Merck asks judge to throw out wrongful death suit
ASHLAND, Ala. — Lawyers for Merck & Co. asked a judge Tuesday to throw out a wrongful death lawsuit, contending the woman who said the pain reliever Vioxx caused her husband’s death lied and committed fraud against the court.
Seeking to shelve the first Vioxx suit set for trial, Merck attorney Mike Brock said the medicine Cheryl Rogers claimed her husband, Brad, took did not even leave the company until six months after he died.
“Mrs. Rogers has asserted an impossibility,” Brock said.
But Rogers’ lawyers told Circuit Judge John Rochester they had expert medical testimony stating that Vioxx caused the death and that Cheryl Rogers and other family members will testify they saw her husband take Vioxx before he died.
“There is no question he was taking Vioxx,” said Jere Beasley, Rogers’ lawyer.
Rochester said he will rule by the end of the week. He did not address other motions in the case, but did reiterate that a protective order keeps documents gathered during trial preparations confidential.
Merck pulled Vioxx off the market last September after a study showed it doubled the risk of heart attacks and strokes in patients taking the drug for more than 18 months. More than 2,400 lawsuits have been filed involving Vioxx. The Rogers case is first in line for a jury to hear.
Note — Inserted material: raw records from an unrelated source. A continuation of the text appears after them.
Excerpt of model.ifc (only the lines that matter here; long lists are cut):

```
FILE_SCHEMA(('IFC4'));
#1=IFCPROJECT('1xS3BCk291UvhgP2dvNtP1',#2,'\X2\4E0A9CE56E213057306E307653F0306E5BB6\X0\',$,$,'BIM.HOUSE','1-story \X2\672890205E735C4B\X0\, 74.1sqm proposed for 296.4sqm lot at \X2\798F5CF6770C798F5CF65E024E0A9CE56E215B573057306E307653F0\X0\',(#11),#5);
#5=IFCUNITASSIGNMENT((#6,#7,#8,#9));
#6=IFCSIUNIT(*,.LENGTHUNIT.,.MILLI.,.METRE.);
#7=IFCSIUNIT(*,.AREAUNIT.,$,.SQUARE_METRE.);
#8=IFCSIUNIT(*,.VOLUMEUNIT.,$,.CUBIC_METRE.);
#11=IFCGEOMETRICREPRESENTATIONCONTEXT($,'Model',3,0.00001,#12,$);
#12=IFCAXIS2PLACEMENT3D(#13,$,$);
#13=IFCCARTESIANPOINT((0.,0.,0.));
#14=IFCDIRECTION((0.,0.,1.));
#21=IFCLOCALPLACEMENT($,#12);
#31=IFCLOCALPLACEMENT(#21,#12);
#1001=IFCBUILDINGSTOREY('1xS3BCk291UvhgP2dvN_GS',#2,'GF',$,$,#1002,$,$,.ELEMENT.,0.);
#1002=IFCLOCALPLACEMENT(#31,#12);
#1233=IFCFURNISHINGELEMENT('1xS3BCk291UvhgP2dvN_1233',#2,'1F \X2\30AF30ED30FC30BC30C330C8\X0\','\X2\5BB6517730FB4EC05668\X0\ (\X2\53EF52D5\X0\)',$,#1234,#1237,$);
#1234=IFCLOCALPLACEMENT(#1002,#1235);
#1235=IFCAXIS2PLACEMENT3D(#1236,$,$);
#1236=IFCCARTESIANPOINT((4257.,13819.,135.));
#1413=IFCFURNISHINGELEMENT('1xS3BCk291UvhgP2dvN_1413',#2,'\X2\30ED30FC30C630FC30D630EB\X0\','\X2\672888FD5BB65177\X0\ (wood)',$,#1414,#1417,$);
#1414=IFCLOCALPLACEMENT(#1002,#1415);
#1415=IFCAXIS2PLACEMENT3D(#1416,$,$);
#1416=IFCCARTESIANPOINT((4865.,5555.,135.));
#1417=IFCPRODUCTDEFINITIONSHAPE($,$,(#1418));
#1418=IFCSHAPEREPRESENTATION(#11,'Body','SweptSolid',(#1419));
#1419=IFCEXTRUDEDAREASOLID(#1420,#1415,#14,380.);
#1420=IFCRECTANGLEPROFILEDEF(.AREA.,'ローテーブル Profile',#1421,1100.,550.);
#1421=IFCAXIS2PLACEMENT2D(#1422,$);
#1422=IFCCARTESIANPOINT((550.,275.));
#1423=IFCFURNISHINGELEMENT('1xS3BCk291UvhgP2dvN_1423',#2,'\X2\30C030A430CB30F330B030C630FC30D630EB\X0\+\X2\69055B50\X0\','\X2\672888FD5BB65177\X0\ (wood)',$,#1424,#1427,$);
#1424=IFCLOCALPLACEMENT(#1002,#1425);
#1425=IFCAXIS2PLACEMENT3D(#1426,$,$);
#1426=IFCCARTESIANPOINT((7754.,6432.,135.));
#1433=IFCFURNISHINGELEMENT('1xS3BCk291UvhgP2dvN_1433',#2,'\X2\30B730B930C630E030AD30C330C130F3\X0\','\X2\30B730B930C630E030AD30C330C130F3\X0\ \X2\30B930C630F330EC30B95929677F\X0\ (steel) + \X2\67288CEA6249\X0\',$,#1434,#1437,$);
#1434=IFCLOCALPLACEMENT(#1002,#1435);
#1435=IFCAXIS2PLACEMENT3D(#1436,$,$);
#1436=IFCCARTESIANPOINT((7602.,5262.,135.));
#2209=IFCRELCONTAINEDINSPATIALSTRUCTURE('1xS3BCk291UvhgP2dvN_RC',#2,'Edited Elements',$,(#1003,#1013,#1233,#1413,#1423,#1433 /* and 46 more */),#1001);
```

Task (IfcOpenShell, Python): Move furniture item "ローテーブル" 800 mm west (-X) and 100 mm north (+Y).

```python
import ifcopenshell
import ifcopenshell.api.geometry
import ifcopenshell.util.placement

model = ifcopenshell.open("model.ifc")

item = model.by_guid("1xS3BCk291UvhgP2dvN_1413")
matrix = ifcopenshell.util.placement.get_local_placement(item.ObjectPlacement)
matrix[0, 3] -= 800.0
matrix[1, 3] += 100.0
ifcopenshell.api.geometry.edit_object_placement(model, product=item, matrix=matrix, is_si=False)

print(ifcopenshell.util.placement.get_local_placement(item.ObjectPlacement).round(3) + 0.0)

model.write("model_updated.ifc")
```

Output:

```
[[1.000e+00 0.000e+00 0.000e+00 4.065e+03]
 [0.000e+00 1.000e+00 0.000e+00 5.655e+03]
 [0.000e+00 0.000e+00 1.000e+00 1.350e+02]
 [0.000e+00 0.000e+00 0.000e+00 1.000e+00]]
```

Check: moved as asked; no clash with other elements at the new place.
Cheryl Rogers said that in August 2001 a doctor gave her 42-year-old husband Vioxx samples and he was taking them before he died the following month. But Merck said the sample boxes Rogers provided to the lawyers didn’t leave the company until six months after her husband died.
Brock also noted in court that the doctor has no record of giving Brad Rogers any samples, and the 96 pills his widow said were received exceeded the amount the physician typically offered.
But during the hearing, the judge commented to Brock that the Rogers’ lawyers might be able to establish through other means that her husband took Vioxx.
“I can’t judge the facts of the case,” Rochester said.